A paradigm changing day...

...that's what today was.  A paradigm changing day.  It was a day that I tripped and skipped into, much like any other day.  And in the span of one doctor's appointment, I consciously changed a long-held paradigm of mine.  No.  I don't have cancer and I'm not dying.  This is a minor minor issue that I'm dealing with but how I'm going to deal with it is a bit new.  Yes.  Bad things happen to good people, and I do believe that God has nothing to do with it.  We live in a crappy, sinful world, and bad stuff happens to ALL people.  I will explain.

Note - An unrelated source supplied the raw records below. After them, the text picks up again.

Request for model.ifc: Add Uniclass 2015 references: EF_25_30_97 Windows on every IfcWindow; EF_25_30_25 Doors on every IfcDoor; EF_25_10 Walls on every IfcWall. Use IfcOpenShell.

First a look at what the model holds.

```python
import ifcopenshell

model = ifcopenshell.open("model.ifc")
print(model.schema)
print("classifications:", [c.Name for c in model.by_type("IfcClassification")])
for ifc_class in ("IfcDoor", "IfcRoof", "IfcStair", "IfcWall", "IfcWindow"):
    print(ifc_class, len(model.by_type(ifc_class)))
```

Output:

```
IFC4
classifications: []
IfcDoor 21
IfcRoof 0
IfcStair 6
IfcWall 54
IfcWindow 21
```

```python
import ifcopenshell
import ifcopenshell.api.classification

model = ifcopenshell.open("model.ifc")

system = ifcopenshell.api.classification.add_classification(model, classification="Uniclass 2015")

codes = {
    "IfcWindow": ("EF_25_30_97", "Windows"),
    "IfcDoor": ("EF_25_30_25", "Doors"),
    "IfcWall": ("EF_25_10", "Walls"),
}
for ifc_class, (code, name) in codes.items():
    products = model.by_type(ifc_class)
    ifcopenshell.api.classification.add_reference(
        model, products=products, classification=system, identification=code, name=name
    )
    print(code, len(products))

model.write("model-out.ifc")
```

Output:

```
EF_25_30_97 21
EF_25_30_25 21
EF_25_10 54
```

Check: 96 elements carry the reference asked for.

Three years ago, inexplicably, I felt the hearing in my right ear slowly but steadily decline as the fluid behind my eardrum built up.  It was just a couple times of not quite hearing a word right, or having to ask someone to repeat their question at first.  I also felt like I was under water or in a tunnel.  This over the last 3 years has progressed to a full on admission to my patients of "I am having trouble hearing out of my right ear today (Yeah right, EVERYDAY), so if I lean forward or appear to be reading your lips, I am!  Your words are very important to me and I want to understand every one of them.  So thank you for your patience!"  Usually, the person is very understanding and nods and speaks up a bit.  It's taken quite a hit to the old ego to admit that my hearing isn't 20/20 (see what I did there?), but I figure everyone has to deal with something, this is just my little burden.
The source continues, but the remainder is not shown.